Governments issue allowances once a year or so, like dealing out the card deck. Emitters--mainly utilities and industrial companies--play their hand. They bid for that scarce supply, which are not rights to pollute but rights to use up some of the atmosphere's scarce space with tonnes of greenhouse gases which are, after all, inherent in all fossil fuel energy use still so common worldwide, especially in poor countries.

But, emitting those gases may should gradually become avoidable, by use of more energy efficiency or new technology, especially as room in the penthouse--the allowance--becomes more and more costly. It could gradually become cheaper to stop emitting than buy expensive allowances, thus triggering investments in cleaner technologies and energy efficiencies. . Emitters who are more efficient, or more inventive, can then sell their surplus allowances to the emitters who, for whatever reason, lag behind.
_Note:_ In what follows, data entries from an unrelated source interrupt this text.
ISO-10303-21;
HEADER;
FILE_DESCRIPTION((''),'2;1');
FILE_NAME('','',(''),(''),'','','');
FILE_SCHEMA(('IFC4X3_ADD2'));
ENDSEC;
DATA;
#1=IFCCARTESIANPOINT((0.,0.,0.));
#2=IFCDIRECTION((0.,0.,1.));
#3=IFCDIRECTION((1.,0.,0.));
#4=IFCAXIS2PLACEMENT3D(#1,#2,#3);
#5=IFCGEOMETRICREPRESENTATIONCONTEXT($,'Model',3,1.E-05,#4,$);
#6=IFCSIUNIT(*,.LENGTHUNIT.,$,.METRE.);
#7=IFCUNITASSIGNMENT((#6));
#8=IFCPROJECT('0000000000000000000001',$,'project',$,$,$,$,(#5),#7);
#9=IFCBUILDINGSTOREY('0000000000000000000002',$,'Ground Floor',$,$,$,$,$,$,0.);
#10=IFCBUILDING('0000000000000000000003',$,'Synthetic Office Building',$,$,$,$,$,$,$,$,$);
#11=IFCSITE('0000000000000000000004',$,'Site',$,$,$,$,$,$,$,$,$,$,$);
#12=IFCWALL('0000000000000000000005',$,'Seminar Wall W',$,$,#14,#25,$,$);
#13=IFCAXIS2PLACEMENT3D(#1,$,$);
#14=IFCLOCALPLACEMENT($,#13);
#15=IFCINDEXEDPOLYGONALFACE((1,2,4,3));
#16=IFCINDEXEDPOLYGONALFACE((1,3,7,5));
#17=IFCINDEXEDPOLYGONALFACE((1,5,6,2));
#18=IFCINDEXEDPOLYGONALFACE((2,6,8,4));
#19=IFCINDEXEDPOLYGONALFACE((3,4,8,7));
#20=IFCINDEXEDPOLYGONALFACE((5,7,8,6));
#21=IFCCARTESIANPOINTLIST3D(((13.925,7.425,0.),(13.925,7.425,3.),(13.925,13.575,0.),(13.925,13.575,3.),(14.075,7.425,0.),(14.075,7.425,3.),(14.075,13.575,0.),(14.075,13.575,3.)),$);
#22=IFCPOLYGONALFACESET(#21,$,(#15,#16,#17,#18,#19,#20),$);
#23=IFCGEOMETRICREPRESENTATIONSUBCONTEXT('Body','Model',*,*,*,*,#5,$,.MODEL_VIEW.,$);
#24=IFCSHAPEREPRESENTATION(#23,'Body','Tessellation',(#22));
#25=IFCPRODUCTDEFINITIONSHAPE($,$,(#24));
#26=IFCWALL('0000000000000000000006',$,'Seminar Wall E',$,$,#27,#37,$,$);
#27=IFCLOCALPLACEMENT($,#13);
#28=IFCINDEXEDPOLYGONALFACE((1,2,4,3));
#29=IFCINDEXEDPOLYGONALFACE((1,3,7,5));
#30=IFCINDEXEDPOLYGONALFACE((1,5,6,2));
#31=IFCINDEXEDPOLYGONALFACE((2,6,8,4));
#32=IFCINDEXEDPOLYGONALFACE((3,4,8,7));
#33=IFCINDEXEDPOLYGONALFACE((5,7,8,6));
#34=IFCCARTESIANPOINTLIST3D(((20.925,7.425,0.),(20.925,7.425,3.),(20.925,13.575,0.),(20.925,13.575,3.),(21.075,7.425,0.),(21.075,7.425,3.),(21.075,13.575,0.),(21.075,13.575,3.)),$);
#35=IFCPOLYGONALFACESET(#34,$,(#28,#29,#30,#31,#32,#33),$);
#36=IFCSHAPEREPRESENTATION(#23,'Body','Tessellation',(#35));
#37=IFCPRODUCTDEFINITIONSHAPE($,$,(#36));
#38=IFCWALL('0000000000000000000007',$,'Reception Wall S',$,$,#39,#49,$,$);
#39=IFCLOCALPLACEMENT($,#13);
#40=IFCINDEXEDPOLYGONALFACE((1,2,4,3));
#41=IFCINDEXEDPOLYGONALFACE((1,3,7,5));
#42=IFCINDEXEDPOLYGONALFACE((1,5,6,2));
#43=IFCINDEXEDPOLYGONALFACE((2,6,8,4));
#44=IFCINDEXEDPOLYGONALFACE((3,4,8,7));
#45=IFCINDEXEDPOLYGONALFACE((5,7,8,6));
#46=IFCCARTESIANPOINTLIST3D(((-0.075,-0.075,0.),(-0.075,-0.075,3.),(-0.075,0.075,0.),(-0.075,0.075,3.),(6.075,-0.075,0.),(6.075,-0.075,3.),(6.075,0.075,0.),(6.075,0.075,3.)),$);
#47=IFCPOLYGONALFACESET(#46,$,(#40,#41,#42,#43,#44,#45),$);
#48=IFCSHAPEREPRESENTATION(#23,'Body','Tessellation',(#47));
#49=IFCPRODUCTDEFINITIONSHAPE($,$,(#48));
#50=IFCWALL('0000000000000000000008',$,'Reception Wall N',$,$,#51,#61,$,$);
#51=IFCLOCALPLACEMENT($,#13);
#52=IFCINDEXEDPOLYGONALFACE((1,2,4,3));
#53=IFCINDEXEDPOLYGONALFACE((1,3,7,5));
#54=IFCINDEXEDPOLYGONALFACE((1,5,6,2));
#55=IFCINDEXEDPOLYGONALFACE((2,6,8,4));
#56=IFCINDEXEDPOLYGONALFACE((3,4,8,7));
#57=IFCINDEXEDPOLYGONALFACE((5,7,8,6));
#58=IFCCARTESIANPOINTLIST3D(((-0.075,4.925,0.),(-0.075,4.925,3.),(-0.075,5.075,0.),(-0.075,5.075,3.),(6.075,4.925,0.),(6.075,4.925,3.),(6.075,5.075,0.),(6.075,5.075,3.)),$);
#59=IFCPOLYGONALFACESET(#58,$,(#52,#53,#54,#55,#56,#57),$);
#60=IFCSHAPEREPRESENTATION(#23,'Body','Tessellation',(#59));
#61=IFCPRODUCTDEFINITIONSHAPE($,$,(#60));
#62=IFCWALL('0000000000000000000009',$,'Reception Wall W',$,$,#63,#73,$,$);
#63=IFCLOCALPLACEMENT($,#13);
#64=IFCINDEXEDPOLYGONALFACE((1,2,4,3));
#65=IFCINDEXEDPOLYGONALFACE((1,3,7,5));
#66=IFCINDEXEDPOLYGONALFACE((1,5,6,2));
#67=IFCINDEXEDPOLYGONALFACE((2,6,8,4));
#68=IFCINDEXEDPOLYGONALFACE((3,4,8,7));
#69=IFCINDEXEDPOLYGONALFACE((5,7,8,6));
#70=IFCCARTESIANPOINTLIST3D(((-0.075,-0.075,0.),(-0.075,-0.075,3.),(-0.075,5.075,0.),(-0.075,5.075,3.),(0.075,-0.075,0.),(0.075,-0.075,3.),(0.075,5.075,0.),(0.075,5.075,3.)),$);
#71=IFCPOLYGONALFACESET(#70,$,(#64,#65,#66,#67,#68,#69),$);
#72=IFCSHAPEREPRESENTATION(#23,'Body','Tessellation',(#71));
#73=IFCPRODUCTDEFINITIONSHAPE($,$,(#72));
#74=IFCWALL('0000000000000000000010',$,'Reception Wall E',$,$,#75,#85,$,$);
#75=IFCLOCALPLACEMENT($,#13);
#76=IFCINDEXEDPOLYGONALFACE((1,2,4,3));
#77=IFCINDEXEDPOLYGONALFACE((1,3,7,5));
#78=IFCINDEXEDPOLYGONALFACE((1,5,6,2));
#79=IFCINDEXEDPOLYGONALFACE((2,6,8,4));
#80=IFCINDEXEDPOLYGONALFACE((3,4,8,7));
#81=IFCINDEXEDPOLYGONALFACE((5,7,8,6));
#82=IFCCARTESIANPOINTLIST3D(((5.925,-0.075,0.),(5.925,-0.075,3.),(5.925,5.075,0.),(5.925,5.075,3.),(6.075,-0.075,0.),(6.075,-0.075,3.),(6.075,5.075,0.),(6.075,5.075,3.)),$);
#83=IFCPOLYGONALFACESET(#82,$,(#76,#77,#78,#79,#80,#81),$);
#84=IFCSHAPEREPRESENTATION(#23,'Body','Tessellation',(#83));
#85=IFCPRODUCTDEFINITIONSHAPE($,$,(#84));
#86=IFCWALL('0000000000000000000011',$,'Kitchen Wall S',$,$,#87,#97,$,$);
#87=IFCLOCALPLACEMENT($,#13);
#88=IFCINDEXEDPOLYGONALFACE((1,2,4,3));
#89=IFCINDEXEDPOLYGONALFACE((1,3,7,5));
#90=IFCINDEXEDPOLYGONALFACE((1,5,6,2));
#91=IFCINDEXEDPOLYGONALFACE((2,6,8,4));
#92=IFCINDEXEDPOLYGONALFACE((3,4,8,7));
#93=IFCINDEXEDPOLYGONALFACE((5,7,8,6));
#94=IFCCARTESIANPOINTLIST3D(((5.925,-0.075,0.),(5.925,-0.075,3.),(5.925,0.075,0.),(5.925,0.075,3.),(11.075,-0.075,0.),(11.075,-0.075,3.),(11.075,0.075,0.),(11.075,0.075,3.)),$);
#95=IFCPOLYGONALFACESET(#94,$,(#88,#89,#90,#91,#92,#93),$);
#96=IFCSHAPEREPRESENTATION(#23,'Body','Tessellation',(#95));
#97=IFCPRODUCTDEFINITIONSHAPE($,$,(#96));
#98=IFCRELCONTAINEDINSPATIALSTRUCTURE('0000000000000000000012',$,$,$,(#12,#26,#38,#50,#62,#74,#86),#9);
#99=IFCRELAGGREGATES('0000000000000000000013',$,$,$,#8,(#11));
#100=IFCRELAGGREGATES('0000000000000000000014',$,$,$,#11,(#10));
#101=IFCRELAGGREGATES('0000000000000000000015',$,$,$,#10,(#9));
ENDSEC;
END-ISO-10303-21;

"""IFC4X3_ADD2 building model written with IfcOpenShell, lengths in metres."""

from ifc_helpers import new_model, si_unit, origin_with_axes, place, context, subcontext, project, spatial, polyline, outline, extrude, element, save


model = new_model("IFC4X3_ADD2")

# Units and contexts
model_context = context("Model", 3, precision=1e-05, world=origin_with_axes())
body_context = subcontext(model_context, "Body", "Model", "MODEL_VIEW")
ifc_project = project(units=[si_unit("LENGTHUNIT", "METRE")], contexts=[model_context])

# Site, building, storey
site = spatial("IfcSite", under=ifc_project, Name="Site")
building = spatial("IfcBuilding", under=site, Name="Synthetic Office Building")
storey = spatial("IfcBuildingStorey", under=building, Name="Ground Floor", Elevation=0.0)

# Walls
wall_1_placement = place(None, origin_with_axes())
element("IfcWall", 1, at=wall_1_placement, inside=storey, Name="Seminar Wall W", context=body_context, shape_type="SweptSolid", body=[
    extrude(outline(polyline([(13.925, 7.425), (14.075, 7.425), (14.075, 13.575), (13.925, 13.575), (13.925, 7.425)])), origin_with_axes(), (0.0, 0.0, 1.0), 3.0),
])
wall_2_placement = place(None, origin_with_axes())
element("IfcWall", 2, at=wall_2_placement, inside=storey, Name="Seminar Wall E", context=body_context, shape_type="SweptSolid", body=[
    extrude(outline(polyline([(20.925, 7.425), (21.075, 7.425), (21.075, 13.575), (20.925, 13.575), (20.925, 7.425)])), origin_with_axes(), (0.0, 0.0, 1.0), 3.0),
])
wall_3_placement = place(None, origin_with_axes())
element("IfcWall", 3, at=wall_3_placement, inside=storey, Name="Reception Wall S", context=body_context, shape_type="SweptSolid", body=[
    extrude(outline(polyline([(-0.075, -0.075), (6.075, -0.075), (6.075, 0.075), (-0.075, 0.075), (-0.075, -0.075)])), origin_with_axes(), (0.0, 0.0, 1.0), 3.0),
])
wall_4_placement = place(None, origin_with_axes())
element("IfcWall", 4, at=wall_4_placement, inside=storey, Name="Reception Wall N", context=body_context, shape_type="SweptSolid", body=[
    extrude(outline(polyline([(-0.075, 4.925), (6.075, 4.925), (6.075, 5.075), (-0.075, 5.075), (-0.075, 4.925)])), origin_with_axes(), (0.0, 0.0, 1.0), 3.0),
])
wall_5_placement = place(None, origin_with_axes())
element("IfcWall", 5, at=wall_5_placement, inside=storey, Name="Reception Wall W", context=body_context, shape_type="SweptSolid", body=[
    extrude(outline(polyline([(-0.075, -0.075), (0.075, -0.075), (0.075, 5.075), (-0.075, 5.075), (-0.075, -0.075)])), origin_with_axes(), (0.0, 0.0, 1.0), 3.0),
])
wall_6_placement = place(None, origin_with_axes())
element("IfcWall", 6, at=wall_6_placement, inside=storey, Name="Reception Wall E", context=body_context, shape_type="SweptSolid", body=[
    extrude(outline(polyline([(5.925, -0.075), (6.075, -0.075), (6.075, 5.075), (5.925, 5.075), (5.925, -0.075)])), origin_with_axes(), (0.0, 0.0, 1.0), 3.0),
])
wall_7_placement = place(None, origin_with_axes())
element("IfcWall", 7, at=wall_7_placement, inside=storey, Name="Kitchen Wall S", context=body_context, shape_type="SweptSolid", body=[
    extrude(outline(polyline([(5.925, -0.075), (11.075, -0.075), (11.075, 0.075), (5.925, 0.075), (5.925, -0.075)])), origin_with_axes(), (0.0, 0.0, 1.0), 3.0),
])

save(model, "model.ifc")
But, if the cap is tight enough and the rigor serious, no emitter can escape the system. No one can buy a way out.

Monitored and well designed, cap-and-trade system are a vital tool. And, a cap-and-trade system was embedded in the US Clean Air Act and largely credited with helping eliminate noxious emissions of sulphur dioxide, the culprits causing acid rain and smog. Cap-and-trade, indeed, was essentially a U.S. invention. A cap-and-trade system addressing climate change was the centerpiece of the landmark Waxman-Markey legislation that passed the US House of Representatives in 2009 but did not reach the U.S. Senate. Had that bill succeeded, addressing climate change now in the U.S., and the world would be much easier and manageable and carbon pricing and markets much further along.

Now, as the world approaches the impending international climate change discussions in Paris in December 2015 cap-and-trade systems are likely to be much discussed. There is nothing exotic or new about them; they are familiar tools and their principle is sound. Let us see how they fare.